:: The data ::

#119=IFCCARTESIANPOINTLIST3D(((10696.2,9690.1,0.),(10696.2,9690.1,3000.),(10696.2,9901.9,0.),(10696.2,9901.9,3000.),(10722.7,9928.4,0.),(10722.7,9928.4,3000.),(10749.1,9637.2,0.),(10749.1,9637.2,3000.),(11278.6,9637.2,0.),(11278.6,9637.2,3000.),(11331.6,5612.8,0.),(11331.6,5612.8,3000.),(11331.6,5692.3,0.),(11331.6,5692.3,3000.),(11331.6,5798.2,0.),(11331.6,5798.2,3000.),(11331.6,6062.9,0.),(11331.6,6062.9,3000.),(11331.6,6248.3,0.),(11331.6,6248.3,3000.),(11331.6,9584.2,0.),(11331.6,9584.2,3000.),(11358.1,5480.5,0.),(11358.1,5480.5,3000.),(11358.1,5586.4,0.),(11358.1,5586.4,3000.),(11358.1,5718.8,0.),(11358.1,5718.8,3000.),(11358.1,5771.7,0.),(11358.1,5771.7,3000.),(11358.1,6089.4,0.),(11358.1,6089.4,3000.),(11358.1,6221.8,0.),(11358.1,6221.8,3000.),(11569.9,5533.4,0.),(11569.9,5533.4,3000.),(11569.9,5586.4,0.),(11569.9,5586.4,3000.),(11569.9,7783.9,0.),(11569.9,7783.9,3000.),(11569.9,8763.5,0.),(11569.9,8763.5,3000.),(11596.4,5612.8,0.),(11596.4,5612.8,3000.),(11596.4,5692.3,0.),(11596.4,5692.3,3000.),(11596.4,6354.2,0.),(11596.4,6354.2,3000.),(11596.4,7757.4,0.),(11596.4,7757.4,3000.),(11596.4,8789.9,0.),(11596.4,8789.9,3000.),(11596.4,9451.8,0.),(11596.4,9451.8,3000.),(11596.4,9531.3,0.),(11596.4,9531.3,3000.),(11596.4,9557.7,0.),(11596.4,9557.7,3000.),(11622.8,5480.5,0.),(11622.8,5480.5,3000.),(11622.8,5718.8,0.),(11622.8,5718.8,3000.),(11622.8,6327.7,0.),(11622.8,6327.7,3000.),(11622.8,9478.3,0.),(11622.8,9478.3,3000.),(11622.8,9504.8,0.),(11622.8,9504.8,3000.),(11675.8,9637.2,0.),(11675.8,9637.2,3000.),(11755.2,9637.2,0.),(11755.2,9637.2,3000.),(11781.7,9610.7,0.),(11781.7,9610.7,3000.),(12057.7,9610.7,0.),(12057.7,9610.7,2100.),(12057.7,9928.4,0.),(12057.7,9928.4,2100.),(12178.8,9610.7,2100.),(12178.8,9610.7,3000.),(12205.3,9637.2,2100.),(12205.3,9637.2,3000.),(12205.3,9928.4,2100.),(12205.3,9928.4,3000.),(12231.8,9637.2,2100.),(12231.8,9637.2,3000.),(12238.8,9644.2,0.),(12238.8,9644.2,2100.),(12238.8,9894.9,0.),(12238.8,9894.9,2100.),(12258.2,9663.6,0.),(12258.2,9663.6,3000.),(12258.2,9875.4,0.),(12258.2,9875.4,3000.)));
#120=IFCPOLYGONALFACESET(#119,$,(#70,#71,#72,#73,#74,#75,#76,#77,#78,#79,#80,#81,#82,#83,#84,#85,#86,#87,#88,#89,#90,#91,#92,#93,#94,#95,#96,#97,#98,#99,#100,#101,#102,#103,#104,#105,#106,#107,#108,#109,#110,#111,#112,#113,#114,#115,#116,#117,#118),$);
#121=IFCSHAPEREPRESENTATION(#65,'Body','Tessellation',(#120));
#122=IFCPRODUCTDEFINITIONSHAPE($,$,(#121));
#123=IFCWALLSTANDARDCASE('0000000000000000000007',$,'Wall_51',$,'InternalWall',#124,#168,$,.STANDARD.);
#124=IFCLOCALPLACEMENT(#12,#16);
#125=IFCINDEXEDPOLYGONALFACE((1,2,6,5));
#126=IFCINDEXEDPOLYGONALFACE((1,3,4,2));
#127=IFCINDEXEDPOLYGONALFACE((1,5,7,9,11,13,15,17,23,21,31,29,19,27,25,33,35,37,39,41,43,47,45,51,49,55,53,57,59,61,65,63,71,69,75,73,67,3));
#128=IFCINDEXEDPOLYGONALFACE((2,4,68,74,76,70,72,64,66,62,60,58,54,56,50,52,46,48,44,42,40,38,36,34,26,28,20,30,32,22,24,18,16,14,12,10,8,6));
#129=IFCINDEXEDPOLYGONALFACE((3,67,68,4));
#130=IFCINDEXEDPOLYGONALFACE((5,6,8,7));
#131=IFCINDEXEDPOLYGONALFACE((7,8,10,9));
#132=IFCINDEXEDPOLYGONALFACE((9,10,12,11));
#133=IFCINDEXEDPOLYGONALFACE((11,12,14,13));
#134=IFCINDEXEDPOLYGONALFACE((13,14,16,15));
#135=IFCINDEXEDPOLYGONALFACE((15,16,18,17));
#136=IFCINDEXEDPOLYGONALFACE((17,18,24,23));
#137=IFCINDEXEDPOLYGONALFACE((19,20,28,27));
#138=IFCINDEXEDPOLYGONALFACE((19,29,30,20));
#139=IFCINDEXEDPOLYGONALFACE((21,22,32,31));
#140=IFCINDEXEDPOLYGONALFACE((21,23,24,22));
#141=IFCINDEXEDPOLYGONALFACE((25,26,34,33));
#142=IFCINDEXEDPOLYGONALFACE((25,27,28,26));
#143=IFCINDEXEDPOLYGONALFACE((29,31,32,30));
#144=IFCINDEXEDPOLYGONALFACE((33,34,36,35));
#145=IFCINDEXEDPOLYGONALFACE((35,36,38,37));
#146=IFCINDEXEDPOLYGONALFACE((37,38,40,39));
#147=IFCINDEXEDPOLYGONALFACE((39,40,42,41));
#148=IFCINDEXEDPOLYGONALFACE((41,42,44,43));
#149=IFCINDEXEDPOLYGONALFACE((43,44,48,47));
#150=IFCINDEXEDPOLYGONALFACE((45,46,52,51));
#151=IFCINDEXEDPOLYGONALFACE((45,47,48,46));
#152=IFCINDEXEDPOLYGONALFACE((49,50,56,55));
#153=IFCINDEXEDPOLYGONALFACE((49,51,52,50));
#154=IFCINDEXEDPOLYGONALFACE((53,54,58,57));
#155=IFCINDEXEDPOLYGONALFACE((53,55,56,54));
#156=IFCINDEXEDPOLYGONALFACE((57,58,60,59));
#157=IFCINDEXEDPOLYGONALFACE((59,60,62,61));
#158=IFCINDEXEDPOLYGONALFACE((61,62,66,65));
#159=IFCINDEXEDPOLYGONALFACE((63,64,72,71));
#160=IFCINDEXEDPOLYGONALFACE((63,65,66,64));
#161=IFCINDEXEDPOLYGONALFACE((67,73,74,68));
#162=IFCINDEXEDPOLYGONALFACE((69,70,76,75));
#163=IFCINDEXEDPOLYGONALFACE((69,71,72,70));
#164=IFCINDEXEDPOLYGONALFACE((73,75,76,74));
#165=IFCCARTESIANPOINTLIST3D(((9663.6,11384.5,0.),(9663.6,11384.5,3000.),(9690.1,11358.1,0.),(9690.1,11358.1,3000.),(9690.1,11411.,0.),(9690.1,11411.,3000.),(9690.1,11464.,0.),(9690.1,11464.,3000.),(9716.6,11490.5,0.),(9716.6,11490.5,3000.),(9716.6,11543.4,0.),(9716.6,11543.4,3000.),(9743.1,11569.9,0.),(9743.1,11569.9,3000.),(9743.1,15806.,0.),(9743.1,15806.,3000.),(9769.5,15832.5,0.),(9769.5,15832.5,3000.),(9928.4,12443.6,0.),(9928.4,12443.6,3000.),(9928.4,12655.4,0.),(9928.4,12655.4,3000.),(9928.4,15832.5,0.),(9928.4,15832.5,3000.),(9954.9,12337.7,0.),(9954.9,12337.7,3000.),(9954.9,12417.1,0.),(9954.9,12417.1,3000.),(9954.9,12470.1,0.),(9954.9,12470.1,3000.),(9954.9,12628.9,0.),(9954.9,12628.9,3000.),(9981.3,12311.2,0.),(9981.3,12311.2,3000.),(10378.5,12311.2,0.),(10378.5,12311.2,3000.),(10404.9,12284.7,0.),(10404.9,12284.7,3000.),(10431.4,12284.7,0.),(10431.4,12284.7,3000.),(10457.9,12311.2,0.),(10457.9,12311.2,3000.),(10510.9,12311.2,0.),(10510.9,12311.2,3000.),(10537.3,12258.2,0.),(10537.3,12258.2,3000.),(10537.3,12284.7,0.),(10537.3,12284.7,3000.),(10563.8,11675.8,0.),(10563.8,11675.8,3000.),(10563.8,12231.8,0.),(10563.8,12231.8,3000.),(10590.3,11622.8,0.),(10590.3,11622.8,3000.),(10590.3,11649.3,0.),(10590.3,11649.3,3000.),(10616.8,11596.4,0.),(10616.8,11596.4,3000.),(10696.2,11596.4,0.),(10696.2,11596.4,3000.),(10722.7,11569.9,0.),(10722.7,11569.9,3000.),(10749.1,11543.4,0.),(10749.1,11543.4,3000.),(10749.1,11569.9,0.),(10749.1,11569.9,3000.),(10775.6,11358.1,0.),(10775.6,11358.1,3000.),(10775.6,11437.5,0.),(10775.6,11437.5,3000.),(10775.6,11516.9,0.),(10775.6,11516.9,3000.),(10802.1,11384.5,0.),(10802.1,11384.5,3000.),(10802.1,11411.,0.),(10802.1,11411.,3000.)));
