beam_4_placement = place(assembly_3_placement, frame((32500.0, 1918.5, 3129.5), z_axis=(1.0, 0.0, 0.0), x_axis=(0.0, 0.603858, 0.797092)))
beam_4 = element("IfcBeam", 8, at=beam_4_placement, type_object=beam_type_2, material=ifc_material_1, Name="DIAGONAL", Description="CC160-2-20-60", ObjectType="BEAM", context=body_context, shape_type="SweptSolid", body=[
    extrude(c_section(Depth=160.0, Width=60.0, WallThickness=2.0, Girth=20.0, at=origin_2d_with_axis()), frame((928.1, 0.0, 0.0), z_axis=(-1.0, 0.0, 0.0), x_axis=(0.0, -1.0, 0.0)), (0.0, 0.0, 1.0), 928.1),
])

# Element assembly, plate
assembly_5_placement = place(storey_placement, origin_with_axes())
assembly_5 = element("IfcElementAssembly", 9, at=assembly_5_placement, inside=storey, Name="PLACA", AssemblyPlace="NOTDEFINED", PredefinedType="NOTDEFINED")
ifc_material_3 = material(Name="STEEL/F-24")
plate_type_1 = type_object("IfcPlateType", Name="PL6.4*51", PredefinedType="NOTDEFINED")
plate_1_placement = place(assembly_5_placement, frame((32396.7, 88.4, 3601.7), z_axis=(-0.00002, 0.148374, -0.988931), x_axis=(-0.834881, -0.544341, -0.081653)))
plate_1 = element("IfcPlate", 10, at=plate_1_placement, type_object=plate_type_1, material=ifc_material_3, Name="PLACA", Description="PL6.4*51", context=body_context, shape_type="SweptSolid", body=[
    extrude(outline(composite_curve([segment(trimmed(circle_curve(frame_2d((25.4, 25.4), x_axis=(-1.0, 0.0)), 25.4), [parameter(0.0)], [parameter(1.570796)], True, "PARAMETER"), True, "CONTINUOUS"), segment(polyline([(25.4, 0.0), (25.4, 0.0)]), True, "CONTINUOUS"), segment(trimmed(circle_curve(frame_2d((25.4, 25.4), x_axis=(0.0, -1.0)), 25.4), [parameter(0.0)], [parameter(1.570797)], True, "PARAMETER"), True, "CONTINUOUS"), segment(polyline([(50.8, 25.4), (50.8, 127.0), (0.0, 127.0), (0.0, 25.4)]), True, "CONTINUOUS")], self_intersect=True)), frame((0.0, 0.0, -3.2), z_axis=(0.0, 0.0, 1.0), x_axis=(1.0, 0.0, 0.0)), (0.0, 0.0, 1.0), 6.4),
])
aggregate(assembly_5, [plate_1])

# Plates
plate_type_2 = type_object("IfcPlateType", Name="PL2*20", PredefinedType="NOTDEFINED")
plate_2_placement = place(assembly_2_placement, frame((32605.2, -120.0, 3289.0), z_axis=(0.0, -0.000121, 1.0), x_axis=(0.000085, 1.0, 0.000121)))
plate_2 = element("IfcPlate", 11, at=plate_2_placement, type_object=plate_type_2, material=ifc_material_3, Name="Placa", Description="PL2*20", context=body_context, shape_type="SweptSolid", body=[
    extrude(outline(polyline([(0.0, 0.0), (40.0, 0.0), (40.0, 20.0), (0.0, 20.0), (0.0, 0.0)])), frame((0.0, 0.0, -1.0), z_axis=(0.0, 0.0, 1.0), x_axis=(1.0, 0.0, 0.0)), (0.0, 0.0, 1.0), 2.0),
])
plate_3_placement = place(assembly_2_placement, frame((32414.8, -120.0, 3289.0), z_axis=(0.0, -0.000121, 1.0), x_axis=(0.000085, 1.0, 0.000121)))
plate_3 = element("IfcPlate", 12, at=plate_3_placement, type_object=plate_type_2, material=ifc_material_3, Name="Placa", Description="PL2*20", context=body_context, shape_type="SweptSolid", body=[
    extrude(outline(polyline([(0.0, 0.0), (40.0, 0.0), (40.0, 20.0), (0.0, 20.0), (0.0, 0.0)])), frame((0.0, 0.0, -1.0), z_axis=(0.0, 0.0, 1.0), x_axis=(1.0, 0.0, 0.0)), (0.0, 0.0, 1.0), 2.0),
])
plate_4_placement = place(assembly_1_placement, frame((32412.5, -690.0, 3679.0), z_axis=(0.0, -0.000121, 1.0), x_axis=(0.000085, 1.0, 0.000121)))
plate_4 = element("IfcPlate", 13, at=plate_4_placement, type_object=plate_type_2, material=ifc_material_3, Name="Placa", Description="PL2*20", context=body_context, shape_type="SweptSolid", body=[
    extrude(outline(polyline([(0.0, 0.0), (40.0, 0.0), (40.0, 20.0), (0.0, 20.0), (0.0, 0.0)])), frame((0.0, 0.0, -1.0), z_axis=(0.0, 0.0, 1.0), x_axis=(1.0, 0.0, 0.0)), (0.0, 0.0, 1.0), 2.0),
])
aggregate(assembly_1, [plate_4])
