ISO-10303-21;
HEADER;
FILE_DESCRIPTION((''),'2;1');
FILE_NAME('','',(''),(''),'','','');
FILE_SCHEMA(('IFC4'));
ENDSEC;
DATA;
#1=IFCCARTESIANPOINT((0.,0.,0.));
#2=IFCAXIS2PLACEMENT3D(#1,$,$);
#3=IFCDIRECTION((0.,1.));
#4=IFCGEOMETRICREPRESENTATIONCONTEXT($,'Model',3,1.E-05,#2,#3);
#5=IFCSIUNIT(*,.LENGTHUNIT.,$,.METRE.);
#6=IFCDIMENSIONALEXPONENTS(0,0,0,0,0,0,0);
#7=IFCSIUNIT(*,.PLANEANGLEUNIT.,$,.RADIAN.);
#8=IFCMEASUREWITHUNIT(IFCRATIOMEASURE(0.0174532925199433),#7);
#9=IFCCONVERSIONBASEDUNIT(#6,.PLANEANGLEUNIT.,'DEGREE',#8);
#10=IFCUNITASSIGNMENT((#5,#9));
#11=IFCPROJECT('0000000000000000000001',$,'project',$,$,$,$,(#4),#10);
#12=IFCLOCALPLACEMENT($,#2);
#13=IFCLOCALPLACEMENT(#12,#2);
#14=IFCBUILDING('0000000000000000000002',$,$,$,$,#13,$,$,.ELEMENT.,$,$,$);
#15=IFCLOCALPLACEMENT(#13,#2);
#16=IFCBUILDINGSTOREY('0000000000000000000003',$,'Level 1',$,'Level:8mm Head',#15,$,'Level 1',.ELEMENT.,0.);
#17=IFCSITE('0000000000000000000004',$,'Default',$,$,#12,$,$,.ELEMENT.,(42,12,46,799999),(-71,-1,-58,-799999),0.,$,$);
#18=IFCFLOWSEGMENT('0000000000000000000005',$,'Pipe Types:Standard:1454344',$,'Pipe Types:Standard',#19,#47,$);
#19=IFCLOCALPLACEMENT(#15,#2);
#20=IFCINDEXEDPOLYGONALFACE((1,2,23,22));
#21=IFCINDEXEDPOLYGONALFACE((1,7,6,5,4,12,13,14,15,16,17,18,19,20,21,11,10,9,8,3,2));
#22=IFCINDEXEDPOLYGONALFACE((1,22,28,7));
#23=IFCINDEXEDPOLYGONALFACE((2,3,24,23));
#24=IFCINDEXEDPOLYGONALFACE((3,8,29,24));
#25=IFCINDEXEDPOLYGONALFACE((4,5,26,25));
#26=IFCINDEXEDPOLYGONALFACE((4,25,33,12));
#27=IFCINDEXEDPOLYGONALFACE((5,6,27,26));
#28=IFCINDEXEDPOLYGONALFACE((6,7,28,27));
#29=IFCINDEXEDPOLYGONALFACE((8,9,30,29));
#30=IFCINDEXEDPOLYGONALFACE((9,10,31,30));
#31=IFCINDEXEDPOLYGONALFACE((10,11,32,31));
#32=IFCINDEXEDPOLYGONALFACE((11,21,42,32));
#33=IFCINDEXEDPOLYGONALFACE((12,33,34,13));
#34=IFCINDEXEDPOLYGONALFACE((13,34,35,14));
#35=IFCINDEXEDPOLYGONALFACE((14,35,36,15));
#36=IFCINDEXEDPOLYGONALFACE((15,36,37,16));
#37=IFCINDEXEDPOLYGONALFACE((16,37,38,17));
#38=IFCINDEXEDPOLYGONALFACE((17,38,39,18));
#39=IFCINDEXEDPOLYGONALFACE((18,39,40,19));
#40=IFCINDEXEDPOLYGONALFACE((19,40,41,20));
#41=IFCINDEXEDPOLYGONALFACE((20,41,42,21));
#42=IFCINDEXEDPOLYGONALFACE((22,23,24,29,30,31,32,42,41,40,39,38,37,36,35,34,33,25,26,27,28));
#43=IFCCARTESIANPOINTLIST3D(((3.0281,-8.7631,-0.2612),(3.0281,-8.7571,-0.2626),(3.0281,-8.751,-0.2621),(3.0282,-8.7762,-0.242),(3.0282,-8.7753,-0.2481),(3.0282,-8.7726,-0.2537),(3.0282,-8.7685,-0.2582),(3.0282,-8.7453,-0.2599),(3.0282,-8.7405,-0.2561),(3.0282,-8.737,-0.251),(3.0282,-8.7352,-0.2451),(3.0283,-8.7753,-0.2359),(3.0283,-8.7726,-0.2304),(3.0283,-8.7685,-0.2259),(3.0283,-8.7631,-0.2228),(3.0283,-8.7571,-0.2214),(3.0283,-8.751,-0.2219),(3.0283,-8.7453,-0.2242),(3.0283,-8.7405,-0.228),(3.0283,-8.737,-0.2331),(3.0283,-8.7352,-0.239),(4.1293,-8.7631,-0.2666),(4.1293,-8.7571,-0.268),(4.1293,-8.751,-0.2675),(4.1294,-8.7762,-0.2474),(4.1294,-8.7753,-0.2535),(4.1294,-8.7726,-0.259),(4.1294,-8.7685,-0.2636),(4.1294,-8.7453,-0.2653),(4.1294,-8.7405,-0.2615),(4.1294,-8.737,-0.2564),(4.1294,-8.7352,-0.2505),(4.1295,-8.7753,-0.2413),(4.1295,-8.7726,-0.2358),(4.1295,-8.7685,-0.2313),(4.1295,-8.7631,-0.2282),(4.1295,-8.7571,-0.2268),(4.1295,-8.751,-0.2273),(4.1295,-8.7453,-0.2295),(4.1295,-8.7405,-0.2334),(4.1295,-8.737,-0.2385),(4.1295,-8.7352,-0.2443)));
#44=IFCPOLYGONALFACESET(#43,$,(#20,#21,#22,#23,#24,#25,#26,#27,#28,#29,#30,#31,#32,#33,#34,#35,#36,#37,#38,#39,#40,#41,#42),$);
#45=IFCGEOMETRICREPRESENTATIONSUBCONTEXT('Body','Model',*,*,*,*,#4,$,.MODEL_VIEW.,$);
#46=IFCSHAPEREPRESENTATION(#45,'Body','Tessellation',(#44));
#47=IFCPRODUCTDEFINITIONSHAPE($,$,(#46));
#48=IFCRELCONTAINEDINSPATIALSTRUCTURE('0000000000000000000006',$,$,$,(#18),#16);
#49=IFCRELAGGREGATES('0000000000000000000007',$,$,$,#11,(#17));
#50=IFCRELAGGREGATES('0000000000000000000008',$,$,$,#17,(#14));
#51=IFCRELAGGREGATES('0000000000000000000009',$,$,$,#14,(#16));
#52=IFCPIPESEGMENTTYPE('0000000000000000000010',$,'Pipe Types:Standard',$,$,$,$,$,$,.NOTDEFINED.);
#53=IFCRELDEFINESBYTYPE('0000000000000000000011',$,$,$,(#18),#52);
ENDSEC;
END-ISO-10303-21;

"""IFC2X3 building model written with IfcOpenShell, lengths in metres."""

from ifc_helpers import new_model, entity, si_unit, converted_unit, direction, frame, origin, origin_2d_with_axis, place, context, subcontext, project, spatial, circle, extrude, type_object, element, save


model = new_model("IFC2X3")

# Units and contexts
model_context = context("Model", 3, precision=1e-05, world=origin(), true_north=direction((0.0, 1.0)))
body_context = subcontext(model_context, "Body", "Model", "MODEL_VIEW")
ifc_project = project(units=[si_unit("LENGTHUNIT", "METRE"), converted_unit("PLANEANGLEUNIT", "DEGREE", entity("IfcRatioMeasure", 0.0174532925199433), si_unit("PLANEANGLEUNIT", "RADIAN"), dimensions=[0, 0, 0, 0, 0, 0, 0])], contexts=[model_context])

# Site, building, storey
site_placement = place(None, origin())
site = spatial("IfcSite", under=ifc_project, at=site_placement, Name="Default", CompositionType="ELEMENT", RefLatitude=(42, 12, 46, 799999), RefLongitude=(-71, -1, -58, -799999), RefElevation=0.0)
building_placement = place(site_placement, origin())
building = spatial("IfcBuilding", under=site, at=building_placement, CompositionType="ELEMENT")
storey_placement = place(building_placement, origin())
storey = spatial("IfcBuildingStorey", under=building, at=storey_placement, Name="Level 1", ObjectType="Level:8mm Head", LongName="Level 1", CompositionType="ELEMENT", Elevation=0.0)

# Flow segment
pipe_segment_type = type_object("IfcPipeSegmentType", Name="Pipe Types:Standard", PredefinedType="NOTDEFINED")
flow_segment_1_placement = place(storey_placement, origin())
element("IfcFlowSegment", 1, at=flow_segment_1_placement, inside=storey, type_object=pipe_segment_type, Name="Pipe Types:Standard:1454344", ObjectType="Pipe Types:Standard", context=body_context, shape_type="SweptSolid", body=[
    extrude(circle(Radius=0.0206, at=origin_2d_with_axis()), frame((4.1294, -8.7556, -0.2474), z_axis=(-0.999988, 0.0, 0.004897), x_axis=(0.0, -1.0, 0.0)), (0.0, 0.0, 1.0), 1.1012),
])

save(model, "model.ifc")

:: Directions for this task ::
Lines of the material above that contain the string "Tessellation" must be counted; respond with the total alone.

:: Response ::
2